▶ **Action item**: Search the records for the string "CompositionType" and return each line that has it.

Saved entries
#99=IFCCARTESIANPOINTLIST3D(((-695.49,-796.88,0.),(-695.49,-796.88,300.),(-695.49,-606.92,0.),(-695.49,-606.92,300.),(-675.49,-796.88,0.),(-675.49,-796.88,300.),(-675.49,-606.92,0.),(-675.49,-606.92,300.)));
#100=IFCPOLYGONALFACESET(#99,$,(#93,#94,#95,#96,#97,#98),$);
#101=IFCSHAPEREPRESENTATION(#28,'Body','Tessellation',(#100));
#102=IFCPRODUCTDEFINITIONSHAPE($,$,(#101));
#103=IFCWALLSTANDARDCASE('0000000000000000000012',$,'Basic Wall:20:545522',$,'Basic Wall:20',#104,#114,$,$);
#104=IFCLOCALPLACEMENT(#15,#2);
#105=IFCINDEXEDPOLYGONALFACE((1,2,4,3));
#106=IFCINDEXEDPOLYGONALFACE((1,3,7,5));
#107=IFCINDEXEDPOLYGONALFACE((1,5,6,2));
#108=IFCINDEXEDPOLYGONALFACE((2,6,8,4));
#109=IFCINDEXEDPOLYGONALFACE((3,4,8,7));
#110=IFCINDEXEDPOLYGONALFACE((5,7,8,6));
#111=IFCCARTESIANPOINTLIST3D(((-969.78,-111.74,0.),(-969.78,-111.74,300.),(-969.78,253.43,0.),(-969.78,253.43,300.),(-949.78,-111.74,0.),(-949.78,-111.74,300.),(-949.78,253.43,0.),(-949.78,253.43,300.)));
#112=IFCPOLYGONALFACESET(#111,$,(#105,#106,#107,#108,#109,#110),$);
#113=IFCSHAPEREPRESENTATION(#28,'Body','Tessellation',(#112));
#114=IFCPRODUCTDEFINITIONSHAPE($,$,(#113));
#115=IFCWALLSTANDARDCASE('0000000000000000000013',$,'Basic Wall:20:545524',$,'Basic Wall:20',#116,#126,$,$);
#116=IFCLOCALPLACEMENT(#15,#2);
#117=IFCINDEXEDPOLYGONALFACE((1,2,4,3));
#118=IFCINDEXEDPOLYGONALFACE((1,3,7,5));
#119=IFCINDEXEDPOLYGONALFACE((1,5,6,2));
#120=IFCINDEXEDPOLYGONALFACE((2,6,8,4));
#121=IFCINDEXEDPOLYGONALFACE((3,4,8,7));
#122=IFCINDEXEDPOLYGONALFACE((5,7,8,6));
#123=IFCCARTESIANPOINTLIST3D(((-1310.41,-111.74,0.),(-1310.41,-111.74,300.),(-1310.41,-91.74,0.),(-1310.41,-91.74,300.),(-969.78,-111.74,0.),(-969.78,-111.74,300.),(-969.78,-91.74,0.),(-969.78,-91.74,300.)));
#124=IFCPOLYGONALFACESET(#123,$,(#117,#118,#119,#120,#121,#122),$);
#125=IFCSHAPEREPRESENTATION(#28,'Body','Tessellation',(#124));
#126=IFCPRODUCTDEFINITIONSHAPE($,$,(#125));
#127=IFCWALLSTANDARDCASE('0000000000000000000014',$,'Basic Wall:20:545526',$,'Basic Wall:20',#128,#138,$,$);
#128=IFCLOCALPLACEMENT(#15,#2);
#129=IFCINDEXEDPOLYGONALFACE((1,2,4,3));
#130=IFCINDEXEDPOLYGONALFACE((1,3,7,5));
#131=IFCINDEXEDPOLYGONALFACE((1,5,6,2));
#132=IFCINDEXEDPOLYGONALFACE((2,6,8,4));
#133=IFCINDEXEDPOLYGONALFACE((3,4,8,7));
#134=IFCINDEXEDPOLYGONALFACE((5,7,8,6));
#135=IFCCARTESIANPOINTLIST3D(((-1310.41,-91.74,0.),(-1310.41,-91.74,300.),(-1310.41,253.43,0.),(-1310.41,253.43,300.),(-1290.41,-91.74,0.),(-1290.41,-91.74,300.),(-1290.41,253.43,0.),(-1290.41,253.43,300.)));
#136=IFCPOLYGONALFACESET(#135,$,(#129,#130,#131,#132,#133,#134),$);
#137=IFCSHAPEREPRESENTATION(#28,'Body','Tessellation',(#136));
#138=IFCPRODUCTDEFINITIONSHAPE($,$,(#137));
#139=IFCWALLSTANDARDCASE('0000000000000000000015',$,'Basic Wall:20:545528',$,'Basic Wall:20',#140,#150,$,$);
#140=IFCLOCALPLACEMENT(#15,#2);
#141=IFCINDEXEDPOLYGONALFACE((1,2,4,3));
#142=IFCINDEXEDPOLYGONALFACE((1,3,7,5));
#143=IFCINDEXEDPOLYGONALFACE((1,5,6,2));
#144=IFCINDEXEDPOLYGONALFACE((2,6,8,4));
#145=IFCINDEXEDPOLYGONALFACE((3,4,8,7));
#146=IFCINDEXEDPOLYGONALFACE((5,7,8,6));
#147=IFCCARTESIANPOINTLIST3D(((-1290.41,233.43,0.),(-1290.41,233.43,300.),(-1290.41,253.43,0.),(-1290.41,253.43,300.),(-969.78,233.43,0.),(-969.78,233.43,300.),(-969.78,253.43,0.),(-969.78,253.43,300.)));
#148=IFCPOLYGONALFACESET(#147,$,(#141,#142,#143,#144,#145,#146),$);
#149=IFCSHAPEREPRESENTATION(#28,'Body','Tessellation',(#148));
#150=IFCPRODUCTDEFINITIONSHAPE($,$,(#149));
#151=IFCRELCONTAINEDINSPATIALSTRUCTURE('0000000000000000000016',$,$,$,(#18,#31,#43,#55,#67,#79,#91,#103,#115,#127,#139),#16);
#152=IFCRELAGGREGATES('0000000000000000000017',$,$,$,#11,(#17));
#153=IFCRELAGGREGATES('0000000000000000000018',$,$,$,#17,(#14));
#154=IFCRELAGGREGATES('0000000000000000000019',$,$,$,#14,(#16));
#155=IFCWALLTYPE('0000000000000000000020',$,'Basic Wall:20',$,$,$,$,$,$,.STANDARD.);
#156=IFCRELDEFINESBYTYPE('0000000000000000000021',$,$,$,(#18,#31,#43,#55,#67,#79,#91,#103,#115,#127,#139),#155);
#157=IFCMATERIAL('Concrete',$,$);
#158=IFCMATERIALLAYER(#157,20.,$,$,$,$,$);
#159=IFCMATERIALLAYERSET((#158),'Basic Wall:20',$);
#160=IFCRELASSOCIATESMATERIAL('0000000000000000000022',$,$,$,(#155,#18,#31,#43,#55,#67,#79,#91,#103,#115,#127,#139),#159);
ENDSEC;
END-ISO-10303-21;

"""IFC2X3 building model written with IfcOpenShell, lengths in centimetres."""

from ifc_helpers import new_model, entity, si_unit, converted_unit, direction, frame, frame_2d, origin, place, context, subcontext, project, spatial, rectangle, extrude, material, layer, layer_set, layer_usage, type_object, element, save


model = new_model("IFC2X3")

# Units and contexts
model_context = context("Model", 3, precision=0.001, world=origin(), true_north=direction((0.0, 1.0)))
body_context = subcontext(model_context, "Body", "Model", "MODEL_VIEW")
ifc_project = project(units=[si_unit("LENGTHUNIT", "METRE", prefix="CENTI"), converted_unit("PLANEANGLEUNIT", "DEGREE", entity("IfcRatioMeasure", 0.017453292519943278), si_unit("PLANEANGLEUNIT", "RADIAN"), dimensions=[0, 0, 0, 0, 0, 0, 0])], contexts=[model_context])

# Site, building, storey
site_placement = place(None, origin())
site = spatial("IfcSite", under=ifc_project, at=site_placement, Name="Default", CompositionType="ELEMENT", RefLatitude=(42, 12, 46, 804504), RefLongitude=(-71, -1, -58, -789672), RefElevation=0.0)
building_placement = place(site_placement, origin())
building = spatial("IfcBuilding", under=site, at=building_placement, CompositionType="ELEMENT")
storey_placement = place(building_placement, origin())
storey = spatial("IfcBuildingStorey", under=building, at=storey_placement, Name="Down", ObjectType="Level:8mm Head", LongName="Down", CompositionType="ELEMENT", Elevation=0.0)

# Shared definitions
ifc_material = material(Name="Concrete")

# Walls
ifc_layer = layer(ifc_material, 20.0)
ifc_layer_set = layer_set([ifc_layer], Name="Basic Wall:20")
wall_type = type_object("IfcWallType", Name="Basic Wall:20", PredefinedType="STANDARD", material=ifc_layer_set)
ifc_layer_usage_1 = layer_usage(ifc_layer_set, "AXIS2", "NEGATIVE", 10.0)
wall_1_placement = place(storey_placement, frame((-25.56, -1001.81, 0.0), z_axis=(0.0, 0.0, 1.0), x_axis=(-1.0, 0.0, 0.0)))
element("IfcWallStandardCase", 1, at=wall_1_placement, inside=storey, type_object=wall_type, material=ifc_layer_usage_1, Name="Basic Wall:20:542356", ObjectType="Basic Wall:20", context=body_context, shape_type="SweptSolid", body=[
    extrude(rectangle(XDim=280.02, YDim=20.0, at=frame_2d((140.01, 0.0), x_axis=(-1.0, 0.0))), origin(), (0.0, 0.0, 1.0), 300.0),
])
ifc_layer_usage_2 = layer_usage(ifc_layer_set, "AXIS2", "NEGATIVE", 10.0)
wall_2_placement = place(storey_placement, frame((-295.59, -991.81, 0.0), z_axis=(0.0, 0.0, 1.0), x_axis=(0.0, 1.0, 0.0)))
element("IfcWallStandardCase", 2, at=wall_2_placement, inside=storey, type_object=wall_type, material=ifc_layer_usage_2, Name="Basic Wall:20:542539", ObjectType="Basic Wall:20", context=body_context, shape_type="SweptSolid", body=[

▶ **Task solution**:
site = spatial("IfcSite", under=ifc_project, at=site_placement, Name="Default", CompositionType="ELEMENT", RefLatitude=(42, 12, 46, 804504), RefLongitude=(-71, -1, -58, -789672), RefElevation=0.0)
building = spatial("IfcBuilding", under=site, at=building_placement, CompositionType="ELEMENT")
storey = spatial("IfcBuildingStorey", under=building, at=storey_placement, Name="Down", ObjectType="Level:8mm Head", LongName="Down", CompositionType="ELEMENT", Elevation=0.0)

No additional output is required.